Compare this to framework-level alternatives like LangGraph or CrewAI, which are model-agnostic by design. They are less polished, require more configuration, and lack native sandbox integration — but they do not bind your orchestration layer to a single model provider. The tradeoff is explicit: you get a worse out-of-the-box experience in exchange for the ability to swap models without rewriting your agent infrastructure.

If you are evaluating this update, ask one question first: will you still be running exclusively on OpenAI models in 18 months? If the answer is “yes” or “probably,” adopt aggressively. If the answer is “maybe not,” the Manifest’s sandbox portability will not save you from harness-level lock-in.

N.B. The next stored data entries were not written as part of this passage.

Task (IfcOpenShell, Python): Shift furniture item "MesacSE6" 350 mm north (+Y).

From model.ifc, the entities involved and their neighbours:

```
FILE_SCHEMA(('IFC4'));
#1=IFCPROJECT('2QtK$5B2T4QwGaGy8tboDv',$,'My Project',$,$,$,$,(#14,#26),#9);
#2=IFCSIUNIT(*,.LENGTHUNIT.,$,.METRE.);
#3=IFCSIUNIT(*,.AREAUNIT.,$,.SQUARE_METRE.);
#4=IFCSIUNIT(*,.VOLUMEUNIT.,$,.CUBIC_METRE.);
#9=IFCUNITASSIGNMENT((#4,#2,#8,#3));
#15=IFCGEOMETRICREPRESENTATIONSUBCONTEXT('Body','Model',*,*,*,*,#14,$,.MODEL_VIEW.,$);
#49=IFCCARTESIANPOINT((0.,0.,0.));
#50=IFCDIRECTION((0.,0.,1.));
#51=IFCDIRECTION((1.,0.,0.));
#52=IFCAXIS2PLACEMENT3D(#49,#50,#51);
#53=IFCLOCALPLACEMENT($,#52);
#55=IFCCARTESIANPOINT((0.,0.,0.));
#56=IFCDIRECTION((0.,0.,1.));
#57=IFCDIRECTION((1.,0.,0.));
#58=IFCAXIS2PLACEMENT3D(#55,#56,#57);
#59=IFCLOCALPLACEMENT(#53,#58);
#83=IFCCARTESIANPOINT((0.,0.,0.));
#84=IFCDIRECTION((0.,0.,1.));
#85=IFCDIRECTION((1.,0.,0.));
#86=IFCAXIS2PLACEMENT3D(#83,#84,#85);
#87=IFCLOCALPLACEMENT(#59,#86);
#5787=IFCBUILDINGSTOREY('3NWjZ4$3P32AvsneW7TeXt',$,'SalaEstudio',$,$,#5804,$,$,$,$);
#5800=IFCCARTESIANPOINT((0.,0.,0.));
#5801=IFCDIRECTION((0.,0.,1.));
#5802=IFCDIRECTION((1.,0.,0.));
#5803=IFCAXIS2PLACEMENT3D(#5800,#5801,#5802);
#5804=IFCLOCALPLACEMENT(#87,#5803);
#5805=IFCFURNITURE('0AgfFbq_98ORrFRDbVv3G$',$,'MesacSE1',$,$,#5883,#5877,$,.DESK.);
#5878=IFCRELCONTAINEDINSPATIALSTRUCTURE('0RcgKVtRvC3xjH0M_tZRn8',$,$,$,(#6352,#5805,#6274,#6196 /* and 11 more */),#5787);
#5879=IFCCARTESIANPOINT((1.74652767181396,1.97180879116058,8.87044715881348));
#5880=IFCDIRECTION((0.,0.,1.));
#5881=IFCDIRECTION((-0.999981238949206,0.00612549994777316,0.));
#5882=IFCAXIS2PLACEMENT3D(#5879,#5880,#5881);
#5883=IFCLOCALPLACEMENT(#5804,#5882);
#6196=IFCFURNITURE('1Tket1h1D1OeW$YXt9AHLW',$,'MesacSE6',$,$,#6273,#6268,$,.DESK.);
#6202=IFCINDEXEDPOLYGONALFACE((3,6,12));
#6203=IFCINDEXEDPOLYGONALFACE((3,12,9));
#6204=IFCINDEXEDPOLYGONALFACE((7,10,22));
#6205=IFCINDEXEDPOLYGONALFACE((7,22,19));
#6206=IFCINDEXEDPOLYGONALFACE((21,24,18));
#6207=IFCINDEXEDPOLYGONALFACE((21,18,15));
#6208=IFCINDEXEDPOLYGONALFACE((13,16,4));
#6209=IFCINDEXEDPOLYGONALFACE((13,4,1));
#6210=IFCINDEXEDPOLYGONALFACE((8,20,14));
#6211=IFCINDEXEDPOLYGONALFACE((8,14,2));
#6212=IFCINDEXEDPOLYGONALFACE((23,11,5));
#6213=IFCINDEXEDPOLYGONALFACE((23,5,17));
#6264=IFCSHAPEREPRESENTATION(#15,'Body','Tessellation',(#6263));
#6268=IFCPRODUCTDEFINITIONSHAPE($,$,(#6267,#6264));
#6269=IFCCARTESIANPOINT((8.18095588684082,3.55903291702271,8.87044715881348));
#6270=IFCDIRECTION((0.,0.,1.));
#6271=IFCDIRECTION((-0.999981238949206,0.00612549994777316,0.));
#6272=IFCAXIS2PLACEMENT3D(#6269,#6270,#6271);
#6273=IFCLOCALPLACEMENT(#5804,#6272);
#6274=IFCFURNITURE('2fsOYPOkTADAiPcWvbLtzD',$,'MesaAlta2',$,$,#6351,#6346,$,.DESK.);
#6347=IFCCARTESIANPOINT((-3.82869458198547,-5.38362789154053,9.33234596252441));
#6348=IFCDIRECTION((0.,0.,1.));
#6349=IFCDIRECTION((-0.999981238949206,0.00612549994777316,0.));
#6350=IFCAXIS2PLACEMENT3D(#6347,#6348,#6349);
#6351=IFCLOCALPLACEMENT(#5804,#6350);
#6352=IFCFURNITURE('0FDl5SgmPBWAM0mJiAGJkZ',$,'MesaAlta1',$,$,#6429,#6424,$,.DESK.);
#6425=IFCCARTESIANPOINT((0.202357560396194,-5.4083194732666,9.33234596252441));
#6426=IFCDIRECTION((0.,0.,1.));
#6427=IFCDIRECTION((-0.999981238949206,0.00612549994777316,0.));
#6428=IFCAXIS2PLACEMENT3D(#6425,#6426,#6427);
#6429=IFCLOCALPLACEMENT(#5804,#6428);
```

```python
import ifcopenshell
import ifcopenshell.api.geometry
import ifcopenshell.util.placement
import ifcopenshell.util.unit

model = ifcopenshell.open("model.ifc")
unit_scale = ifcopenshell.util.unit.calculate_unit_scale(model)

item = model.by_guid("1Tket1h1D1OeW$YXt9AHLW")
matrix = ifcopenshell.util.placement.get_local_placement(item.ObjectPlacement)
matrix[1, 3] += 0.35 / unit_scale
ifcopenshell.api.geometry.edit_object_placement(model, product=item, matrix=matrix, is_si=False)

print(ifcopenshell.util.placement.get_local_placement(item.ObjectPlacement).round(3) + 0.0)

model.write("model_v2.ifc")
```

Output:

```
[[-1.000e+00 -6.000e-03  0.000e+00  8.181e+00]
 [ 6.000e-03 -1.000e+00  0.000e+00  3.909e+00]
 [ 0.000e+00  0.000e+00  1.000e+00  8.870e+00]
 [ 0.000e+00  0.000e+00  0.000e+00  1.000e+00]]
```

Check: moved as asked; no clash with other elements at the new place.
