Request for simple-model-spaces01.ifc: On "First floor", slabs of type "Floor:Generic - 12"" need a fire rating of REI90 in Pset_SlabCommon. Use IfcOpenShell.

First a look at what the model holds.

```python
import ifcopenshell
import ifcopenshell.util.element

model = ifcopenshell.open("simple-model-spaces01.ifc")
print(model.schema)
storey = next(s for s in model.by_type("IfcBuildingStorey") if s.Name == "First floor")
slabs = [e for e in ifcopenshell.util.element.get_decomposition(storey) if e.is_a("IfcSlab")]
seen = {}
for e in slabs:
    element_type = ifcopenshell.util.element.get_type(e)
    key = (element_type.Name if element_type != e and element_type else None, ifcopenshell.util.element.get_pset(e, "Pset_SlabCommon", "FireRating"))
    seen[key] = seen.get(key, 0) + 1
for (name, value), count in sorted(seen.items(), key=str):
    print(count, "x", name, "|", value)
```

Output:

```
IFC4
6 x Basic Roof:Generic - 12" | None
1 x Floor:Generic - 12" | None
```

```python
import ifcopenshell
import ifcopenshell.api.pset
import ifcopenshell.util.element

model = ifcopenshell.open("simple-model-spaces01.ifc")

storey = next(s for s in model.by_type("IfcBuildingStorey") if s.Name == "First floor")
slabs = [e for e in ifcopenshell.util.element.get_decomposition(storey) if e.is_a("IfcSlab")]

count = 0
for e in slabs:
    element_type = ifcopenshell.util.element.get_type(e)
    if element_type in (None, e) or element_type.Name != 'Floor:Generic - 12"':
        continue
    # add_pset returns the element's existing set when there is one.
    pset = ifcopenshell.api.pset.add_pset(model, product=e, name="Pset_SlabCommon")
    ifcopenshell.api.pset.edit_pset(model, pset=pset, properties={"FireRating": "REI90"})
    count += 1

print(count, "slabs updated")

model.write("simple-model-spaces01_rev.ifc")
```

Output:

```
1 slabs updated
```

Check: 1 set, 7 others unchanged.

The pricing model reinforces the adoption case for OpenAI-committed teams. GA availability at standard token and tool-use pricing with no custom procurement requirement means a three-person startup and a Fortune 500 team get the same infrastructure. No enterprise sales cycle, no minimum spend. That is a smart distribution play — it lowers the barrier to adoption precisely at the moment when the Assistants API deprecation forces migration.

Code mode and full TypeScript support are on the roadmap, along with expanded subagent capabilities. These are not yet available, but they signal where OpenAI is heading: a complete execution platform where agents live and run, not just a model API you call from your own infrastructure. The agent production stack is increasingly something OpenAI wants to own end-to-end.

The Take

I want to be honest: this update solves a problem I have personally spent weeks on — getting sandboxed execution right for agents that need to run code, write files, and interact with external storage without leaking credentials or losing state. The snapshotting alone would have saved me days of debugging container restart failures. The security architecture, with its harness/compute separation, is well-designed and addresses real attack surfaces that most agent frameworks ignore entirely.

But I keep coming back to the same question: would I be comfortable with OpenAI controlling the execution contract for my agents in 12 months? The Manifest lets me swap E2B for Modal. It does not let me swap GPT-5 for Claude without rearchitecting the harness layer. Every production agent I wire into this system is one more agent that gets harder to migrate. OpenAI is making the right architectural bet for teams already deep in their ecosystem — the Symphony announcement pointed in exactly this direction — while quietly making the exit door harder to find.

If you are already OpenAI-native, adopt this. It is the best agent execution infrastructure available today, and the August 26 Assistants API sunset means you are migrating anyway. But if you are running multi-model or think you might be in a year, wire in an abstraction layer above the harness now. The sandbox portability is real. The model portability is not. Plan for that asymmetry before it plans for you.